You know what people need to do before they get married? Get bored. Do tedious, annoying things with your future spouse. One of you should study for a grueling and annoying professional exam. Do yard work. Sit down and sort out your finances. Do taxes together.

Right now, I know a couple who is really going through it, the challenges of parenting small children, pandemic and aftermath, some career difficulties, and some health difficulties. I hope they pull through. They were a super adventurous couple when they were dating -- sky diving, bungee jumping, trips to Patagonia and South Africa, etc. I'm sure those things make for nice memories now, but I don't think they did much to prepare them for their current challenges, which are mundane. A marriage needs to have a high capacity for the mundane, the tedious, the annoying. You won't get divorced over a stressful vacation, but you might get divorced because one or both of you is bored and restless over the longterm, or you can't resolve differences over stuff like finances our housing or parenting.


This advice is perfection. It's the real life stuff that is hard, sometimes really hard. Not the exotic vacations (of which I have done plenty, before and with DH).


+1, good advice. I would just caution that you can never, ever simulate what parenthood or childbearing will do to your relationship. Doesn't mean it's insurmountable, but no amount of preparation is adequate. For me at least, giving birth seemed to trigger almost an allergic reaction in my brain and wellbeing. And I never realized how low my tolerance for children was....until having one. So my advice is create a system where even the outliers in terms of stress won't cause a nosedive.
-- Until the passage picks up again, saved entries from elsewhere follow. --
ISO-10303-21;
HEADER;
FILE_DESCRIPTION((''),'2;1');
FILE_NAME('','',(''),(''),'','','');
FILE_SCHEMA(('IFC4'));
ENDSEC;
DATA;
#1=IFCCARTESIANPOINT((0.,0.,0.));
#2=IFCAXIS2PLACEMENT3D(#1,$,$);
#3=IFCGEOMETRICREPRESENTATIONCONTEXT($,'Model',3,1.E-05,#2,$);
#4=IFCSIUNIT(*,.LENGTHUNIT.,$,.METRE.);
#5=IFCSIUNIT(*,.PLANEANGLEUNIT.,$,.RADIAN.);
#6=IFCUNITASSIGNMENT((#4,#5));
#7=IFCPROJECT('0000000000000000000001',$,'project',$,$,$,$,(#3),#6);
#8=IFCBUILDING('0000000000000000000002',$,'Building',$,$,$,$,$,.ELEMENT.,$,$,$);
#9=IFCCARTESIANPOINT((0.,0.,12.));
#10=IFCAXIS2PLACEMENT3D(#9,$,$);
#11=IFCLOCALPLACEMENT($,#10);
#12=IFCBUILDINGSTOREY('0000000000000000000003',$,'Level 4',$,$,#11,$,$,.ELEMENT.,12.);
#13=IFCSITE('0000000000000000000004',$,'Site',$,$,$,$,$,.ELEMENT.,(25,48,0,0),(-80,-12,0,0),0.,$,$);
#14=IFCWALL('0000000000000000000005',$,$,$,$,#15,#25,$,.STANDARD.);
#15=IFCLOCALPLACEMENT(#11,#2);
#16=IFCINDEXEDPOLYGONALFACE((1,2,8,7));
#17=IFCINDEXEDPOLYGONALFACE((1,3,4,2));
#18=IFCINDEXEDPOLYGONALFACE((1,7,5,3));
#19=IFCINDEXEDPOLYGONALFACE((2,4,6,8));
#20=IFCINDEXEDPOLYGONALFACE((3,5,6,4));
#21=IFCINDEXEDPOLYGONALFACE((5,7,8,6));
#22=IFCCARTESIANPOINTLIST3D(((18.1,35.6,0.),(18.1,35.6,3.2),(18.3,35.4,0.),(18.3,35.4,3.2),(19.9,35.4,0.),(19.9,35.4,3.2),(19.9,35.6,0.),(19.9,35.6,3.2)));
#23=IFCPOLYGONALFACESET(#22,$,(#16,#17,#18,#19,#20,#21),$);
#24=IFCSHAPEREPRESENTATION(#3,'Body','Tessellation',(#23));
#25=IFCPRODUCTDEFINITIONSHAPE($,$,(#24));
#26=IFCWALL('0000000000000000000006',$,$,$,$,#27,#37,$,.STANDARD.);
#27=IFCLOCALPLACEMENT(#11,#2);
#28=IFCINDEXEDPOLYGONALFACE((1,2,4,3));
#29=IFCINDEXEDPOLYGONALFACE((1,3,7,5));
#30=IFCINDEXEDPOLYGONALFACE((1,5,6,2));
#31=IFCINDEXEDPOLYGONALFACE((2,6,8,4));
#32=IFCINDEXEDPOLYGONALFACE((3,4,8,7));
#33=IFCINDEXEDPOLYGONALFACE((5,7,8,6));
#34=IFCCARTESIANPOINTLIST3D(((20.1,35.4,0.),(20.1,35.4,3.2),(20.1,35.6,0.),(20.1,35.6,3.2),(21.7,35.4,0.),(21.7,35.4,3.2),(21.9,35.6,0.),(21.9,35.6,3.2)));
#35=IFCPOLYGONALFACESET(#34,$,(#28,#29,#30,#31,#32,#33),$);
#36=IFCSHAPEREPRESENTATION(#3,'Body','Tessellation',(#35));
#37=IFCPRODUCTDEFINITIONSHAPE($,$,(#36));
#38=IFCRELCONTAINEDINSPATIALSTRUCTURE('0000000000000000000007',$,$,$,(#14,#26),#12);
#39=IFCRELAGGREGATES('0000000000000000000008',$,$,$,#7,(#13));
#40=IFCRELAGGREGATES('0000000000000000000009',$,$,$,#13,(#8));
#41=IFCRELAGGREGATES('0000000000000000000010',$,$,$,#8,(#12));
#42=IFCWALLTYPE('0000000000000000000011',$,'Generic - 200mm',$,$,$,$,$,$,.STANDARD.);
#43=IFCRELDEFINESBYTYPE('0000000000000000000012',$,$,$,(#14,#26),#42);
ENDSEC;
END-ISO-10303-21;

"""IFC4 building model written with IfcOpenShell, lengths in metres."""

from ifc_helpers import new_model, si_unit, frame, origin, place, context, project, spatial, polyline, outline, extrude, type_object, element, save


model = new_model("IFC4")

# Units and contexts
model_context = context("Model", 3, precision=1e-05, world=origin())
ifc_project = project(units=[si_unit("LENGTHUNIT", "METRE"), si_unit("PLANEANGLEUNIT", "RADIAN")], contexts=[model_context])

# Site, building, storey
site = spatial("IfcSite", under=ifc_project, Name="Site", CompositionType="ELEMENT", RefLatitude=(25, 48, 0, 0), RefLongitude=(-80, -12, 0, 0), RefElevation=0.0)
building = spatial("IfcBuilding", under=site, Name="Building", CompositionType="ELEMENT")
storey_placement = place(None, frame((0.0, 0.0, 12.0)))
storey = spatial("IfcBuildingStorey", under=building, at=storey_placement, Name="Level 4", CompositionType="ELEMENT", Elevation=12.0)

# Shared definitions
wall_type = type_object("IfcWallType", Name="Generic - 200mm", PredefinedType="STANDARD")

# Walls
wall_1_placement = place(None, frame((18.2, 35.5, 12.0), z_axis=(0.0, 0.0, 1.0), x_axis=(1.0, 0.0, 0.0)))
element("IfcWall", 1, at=wall_1_placement, inside=storey, type_object=wall_type, PredefinedType="STANDARD", context=model_context, shape_type="SweptSolid", body=[
    extrude(outline(polyline([(0.1, -0.1), (1.7, -0.1), (1.7, 0.1), (-0.1, 0.1), (0.1, -0.1)])), origin(), (0.0, 0.0, 1.0), 3.2),
])
wall_2_placement = place(None, frame((21.8, 35.5, 12.0), z_axis=(0.0, 0.0, 1.0), x_axis=(-1.0, 0.0, 0.0)))
element("IfcWall", 2, at=wall_2_placement, inside=storey, type_object=wall_type, PredefinedType="STANDARD", context=model_context, shape_type="SweptSolid", body=[
    extrude(outline(polyline([(-0.1, -0.1), (1.7, -0.1), (1.7, 0.1), (0.1, 0.1), (-0.1, -0.1)])), origin(), (0.0, 0.0, 1.0), 3.2),
])

save(model, "model.ifc")
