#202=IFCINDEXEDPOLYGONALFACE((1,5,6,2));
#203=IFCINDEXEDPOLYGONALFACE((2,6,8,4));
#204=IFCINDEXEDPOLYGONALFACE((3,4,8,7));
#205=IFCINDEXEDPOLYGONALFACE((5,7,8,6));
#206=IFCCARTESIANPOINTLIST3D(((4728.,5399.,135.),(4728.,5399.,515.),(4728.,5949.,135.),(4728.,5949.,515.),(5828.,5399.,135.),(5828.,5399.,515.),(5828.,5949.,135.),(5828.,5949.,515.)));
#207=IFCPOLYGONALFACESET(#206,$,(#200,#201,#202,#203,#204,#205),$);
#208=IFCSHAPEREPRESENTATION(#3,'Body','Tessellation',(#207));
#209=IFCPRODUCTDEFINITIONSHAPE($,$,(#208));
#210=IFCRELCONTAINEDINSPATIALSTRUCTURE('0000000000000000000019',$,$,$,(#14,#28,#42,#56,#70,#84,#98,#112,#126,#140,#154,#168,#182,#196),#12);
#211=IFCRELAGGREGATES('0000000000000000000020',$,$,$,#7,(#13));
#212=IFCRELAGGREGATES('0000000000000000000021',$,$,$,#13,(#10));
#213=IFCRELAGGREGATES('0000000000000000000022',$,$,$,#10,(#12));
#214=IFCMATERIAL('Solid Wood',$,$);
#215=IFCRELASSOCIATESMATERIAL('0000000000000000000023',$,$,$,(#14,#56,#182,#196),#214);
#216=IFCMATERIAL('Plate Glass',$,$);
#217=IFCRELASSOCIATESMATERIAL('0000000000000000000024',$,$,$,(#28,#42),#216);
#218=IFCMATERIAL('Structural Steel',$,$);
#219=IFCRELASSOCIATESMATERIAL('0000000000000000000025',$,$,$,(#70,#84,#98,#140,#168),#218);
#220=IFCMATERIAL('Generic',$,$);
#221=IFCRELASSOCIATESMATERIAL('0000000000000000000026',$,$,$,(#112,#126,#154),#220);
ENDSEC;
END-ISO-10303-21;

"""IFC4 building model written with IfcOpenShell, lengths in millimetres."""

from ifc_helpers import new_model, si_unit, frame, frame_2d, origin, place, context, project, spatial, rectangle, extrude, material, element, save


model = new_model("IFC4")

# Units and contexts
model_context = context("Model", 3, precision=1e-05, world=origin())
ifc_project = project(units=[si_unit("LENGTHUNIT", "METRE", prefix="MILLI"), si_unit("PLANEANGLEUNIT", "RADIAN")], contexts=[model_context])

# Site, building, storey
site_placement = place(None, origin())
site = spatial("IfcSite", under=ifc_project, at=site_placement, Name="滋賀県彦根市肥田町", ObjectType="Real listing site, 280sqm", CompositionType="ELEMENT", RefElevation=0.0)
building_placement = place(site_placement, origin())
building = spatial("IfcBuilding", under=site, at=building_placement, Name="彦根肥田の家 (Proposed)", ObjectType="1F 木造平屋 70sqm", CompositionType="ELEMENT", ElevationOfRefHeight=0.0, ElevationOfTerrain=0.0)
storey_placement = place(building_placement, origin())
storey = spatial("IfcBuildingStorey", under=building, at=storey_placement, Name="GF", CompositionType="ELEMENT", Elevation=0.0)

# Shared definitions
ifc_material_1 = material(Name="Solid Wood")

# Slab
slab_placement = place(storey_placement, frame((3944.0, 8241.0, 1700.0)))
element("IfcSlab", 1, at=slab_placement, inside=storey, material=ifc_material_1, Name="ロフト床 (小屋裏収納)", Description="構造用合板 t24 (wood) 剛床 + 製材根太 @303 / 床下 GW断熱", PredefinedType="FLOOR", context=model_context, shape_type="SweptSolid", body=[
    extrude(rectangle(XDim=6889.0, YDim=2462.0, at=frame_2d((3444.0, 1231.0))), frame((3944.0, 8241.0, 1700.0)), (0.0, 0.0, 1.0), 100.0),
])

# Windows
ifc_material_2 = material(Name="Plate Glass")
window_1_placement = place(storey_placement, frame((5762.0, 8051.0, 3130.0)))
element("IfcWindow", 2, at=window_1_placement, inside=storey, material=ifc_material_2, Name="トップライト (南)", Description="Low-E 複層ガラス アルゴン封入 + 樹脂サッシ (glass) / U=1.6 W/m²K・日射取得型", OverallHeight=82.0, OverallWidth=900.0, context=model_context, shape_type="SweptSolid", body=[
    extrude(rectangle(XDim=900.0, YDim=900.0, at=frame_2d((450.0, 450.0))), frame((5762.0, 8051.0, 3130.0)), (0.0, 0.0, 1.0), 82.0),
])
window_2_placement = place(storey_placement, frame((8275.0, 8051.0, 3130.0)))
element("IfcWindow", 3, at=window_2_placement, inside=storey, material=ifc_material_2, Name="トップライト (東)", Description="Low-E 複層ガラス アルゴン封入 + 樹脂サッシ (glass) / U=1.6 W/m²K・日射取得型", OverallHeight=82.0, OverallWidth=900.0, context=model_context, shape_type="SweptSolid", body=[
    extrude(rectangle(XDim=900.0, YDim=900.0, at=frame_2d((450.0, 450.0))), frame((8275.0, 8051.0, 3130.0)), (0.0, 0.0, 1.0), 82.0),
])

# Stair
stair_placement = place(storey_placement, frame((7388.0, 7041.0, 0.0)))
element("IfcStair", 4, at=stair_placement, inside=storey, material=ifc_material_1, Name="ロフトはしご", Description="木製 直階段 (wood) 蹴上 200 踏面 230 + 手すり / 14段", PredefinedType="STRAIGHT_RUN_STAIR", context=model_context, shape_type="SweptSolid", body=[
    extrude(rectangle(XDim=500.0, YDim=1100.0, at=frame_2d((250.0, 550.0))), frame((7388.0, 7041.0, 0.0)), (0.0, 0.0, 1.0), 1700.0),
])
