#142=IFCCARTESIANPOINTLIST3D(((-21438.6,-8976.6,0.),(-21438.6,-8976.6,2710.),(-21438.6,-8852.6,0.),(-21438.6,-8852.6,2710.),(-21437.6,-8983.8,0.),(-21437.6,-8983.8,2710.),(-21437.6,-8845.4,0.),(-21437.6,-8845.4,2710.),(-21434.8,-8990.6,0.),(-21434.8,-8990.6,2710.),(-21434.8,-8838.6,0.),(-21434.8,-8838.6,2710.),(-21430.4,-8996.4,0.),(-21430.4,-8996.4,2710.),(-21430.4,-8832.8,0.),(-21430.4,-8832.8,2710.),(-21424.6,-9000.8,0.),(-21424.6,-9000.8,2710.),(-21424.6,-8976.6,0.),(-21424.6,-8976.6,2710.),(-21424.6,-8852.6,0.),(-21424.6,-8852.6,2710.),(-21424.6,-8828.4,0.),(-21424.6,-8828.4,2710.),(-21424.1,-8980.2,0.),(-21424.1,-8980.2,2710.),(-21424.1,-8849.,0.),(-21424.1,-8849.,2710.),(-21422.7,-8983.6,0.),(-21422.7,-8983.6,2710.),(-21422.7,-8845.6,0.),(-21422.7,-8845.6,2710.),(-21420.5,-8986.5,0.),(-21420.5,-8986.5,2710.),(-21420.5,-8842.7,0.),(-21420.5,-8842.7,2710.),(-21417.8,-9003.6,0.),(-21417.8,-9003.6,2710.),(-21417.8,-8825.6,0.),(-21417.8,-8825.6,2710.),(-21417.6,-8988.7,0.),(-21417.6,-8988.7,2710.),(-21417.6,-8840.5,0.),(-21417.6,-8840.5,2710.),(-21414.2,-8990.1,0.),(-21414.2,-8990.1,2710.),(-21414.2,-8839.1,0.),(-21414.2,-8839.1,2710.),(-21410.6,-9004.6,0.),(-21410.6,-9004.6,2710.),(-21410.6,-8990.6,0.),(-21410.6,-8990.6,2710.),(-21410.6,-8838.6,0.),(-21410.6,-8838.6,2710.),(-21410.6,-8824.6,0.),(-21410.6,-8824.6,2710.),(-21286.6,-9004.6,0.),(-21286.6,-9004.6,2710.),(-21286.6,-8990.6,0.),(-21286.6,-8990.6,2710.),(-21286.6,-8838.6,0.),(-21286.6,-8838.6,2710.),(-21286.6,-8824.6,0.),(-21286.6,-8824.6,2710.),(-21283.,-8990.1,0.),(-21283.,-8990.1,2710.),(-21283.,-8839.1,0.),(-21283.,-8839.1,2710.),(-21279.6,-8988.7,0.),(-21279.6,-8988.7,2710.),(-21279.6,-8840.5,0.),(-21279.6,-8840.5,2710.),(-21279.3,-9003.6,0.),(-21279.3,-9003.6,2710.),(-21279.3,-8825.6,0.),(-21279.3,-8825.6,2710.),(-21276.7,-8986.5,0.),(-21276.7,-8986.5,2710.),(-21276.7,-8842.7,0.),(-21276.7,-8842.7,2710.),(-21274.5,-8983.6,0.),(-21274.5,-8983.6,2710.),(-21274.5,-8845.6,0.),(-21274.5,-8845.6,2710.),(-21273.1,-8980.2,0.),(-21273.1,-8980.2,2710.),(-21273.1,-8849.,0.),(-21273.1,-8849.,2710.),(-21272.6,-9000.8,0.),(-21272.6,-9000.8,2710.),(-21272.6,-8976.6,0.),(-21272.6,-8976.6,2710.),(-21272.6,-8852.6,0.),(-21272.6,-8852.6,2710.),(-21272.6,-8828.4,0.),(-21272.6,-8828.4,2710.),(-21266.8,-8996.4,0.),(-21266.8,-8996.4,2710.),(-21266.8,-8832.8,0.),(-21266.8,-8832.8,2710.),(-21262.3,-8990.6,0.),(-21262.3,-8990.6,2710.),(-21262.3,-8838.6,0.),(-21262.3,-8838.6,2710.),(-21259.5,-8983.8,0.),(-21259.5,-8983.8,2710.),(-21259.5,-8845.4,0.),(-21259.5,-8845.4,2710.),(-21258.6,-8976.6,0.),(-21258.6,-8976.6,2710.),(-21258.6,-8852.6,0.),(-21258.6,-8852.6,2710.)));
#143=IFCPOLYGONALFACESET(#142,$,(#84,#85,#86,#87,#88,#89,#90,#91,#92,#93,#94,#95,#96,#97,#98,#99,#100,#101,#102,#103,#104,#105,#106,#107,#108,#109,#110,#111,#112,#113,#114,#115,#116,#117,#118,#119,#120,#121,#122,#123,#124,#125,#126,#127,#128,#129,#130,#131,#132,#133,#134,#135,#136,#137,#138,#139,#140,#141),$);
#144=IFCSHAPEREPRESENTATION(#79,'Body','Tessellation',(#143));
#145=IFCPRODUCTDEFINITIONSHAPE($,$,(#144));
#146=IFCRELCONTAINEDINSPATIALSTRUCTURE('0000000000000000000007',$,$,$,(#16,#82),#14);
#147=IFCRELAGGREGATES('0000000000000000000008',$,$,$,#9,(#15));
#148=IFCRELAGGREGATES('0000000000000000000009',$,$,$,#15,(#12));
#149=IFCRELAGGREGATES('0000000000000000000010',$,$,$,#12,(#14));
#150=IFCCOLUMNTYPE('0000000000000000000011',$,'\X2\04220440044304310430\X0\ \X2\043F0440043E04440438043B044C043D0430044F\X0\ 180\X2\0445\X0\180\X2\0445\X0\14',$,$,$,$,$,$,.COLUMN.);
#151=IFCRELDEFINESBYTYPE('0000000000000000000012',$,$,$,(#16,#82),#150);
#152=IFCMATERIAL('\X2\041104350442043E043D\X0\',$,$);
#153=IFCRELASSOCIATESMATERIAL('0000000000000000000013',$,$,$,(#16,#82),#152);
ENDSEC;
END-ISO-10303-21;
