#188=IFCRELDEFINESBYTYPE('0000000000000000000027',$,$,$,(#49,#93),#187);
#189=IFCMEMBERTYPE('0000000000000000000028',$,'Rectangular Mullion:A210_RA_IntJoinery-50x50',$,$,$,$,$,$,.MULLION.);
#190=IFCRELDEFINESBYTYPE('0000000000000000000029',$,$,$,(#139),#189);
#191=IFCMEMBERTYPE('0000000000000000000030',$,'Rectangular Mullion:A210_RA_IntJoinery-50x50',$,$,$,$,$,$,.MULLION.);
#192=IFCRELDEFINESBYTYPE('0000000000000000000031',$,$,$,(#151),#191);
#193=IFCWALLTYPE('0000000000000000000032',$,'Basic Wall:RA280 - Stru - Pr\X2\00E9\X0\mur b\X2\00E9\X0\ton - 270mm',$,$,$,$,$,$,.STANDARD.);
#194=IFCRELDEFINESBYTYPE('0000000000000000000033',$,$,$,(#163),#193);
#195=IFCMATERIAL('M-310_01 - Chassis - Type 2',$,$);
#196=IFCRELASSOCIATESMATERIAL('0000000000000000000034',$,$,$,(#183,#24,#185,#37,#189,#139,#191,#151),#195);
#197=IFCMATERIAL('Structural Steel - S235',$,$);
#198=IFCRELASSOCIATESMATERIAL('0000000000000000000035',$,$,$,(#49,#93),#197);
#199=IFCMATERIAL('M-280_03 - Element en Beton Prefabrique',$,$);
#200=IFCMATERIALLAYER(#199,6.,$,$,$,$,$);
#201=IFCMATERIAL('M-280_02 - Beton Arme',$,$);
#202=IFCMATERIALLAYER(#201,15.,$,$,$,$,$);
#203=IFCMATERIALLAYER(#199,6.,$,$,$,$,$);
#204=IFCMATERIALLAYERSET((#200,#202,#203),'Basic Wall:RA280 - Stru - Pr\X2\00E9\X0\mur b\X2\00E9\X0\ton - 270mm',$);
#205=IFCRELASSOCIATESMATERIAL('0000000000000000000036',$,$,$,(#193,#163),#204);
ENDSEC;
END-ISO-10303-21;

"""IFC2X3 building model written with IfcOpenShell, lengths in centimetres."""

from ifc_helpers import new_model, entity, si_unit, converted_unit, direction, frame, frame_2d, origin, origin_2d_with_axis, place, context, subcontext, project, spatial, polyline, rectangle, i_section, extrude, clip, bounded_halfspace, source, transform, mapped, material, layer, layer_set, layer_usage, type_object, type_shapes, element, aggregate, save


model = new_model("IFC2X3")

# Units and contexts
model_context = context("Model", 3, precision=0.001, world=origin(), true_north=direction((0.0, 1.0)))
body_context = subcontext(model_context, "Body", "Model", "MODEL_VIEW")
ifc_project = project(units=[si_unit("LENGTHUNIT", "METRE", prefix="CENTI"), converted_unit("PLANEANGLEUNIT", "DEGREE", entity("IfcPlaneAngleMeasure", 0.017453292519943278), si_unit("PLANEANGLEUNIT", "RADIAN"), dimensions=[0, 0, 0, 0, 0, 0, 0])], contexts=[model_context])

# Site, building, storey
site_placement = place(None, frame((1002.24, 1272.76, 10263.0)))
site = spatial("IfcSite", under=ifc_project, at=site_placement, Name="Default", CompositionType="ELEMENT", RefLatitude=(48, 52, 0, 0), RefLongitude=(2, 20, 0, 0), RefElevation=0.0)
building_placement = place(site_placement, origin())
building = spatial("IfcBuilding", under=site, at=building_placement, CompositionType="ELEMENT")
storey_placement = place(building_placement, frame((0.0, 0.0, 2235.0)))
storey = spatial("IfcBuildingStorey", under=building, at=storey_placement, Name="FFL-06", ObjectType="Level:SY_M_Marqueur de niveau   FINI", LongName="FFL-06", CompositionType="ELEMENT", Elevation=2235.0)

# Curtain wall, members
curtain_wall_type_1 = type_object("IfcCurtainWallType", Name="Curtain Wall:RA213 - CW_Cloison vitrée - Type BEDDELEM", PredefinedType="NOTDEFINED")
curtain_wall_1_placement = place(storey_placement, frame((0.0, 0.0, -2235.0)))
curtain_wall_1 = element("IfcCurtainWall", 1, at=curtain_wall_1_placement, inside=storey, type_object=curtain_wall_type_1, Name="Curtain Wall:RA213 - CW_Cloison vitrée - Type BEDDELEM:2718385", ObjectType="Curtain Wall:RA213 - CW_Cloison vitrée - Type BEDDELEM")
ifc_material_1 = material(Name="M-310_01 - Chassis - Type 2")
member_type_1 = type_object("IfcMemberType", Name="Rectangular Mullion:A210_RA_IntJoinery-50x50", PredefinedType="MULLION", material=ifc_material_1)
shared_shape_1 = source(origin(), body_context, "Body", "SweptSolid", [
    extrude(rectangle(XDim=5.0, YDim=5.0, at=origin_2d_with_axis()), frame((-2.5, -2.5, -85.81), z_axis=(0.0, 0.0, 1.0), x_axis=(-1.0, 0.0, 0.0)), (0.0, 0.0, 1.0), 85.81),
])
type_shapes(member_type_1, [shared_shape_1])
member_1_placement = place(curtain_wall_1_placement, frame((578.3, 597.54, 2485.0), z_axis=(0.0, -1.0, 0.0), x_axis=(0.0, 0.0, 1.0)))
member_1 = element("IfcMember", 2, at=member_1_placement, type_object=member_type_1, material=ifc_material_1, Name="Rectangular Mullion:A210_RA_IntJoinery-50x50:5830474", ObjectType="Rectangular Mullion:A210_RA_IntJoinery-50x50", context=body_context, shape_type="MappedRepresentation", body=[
E.g. at least some flexibility in jobs, lots of discussion about childcare responsibilities, a "can-do" attitude from the husband (who is generally - though not in my case - the slacker in terms of parenting), no "maternal gatekeeping" about tasks, financial wherewithal to build a village of support.. And always, always priority on the marriage. it is the foundation of the whole family. Kids DO NOT come first.
Anonymous
I get it. You want to see how the other person acts in a potentially stressful situation. I’ve heard this advice before but never specifically seen a third world country mentioned.
Anonymous
Lol
Anonymous
Take away all screens for a week and see who flips out or not.

Can boundaries be set at work? Priorities out of whack?
Anonymous
Poverty tourism?
Anonymous
Go to rural America and see how lucky you have it. No reason to go the the 3rd world. Ridiculous.
Anonymous
Op I haven’t read all the replies but really hope someone has checked you on saying ‘third world country’. What the bell is wrong with you? It’s called a developing nation. Refuse to read your post, since from the title you sound like an ignorant buffoon, and I doubt you would have anything noteworthy to contribute.

I’ve travelled to over 100 countries and met wonderful amazing people in developing nations. You should be ashamed of yourself for referring to countries as third world or encouraging ‘poverty tourism’ as a bonding experience with your spouse. Truly gross and disgusting.
Anonymous
Anonymous wrote:If DH and I had done this, we’d never gotten married. We rarely fight except for vacations. Traveling to and from destination would cause fights. Once we are there we are fine.


Same! Omg same. The whole “left my cellphone in a rental car because he kept screaming at me to run and hurry” debacle would have ended us premaritally for sure.

We had to have a whole conversation about my expectations for food on vacations because he thought I was just going to eat Chipotle and McDonald’s somehow.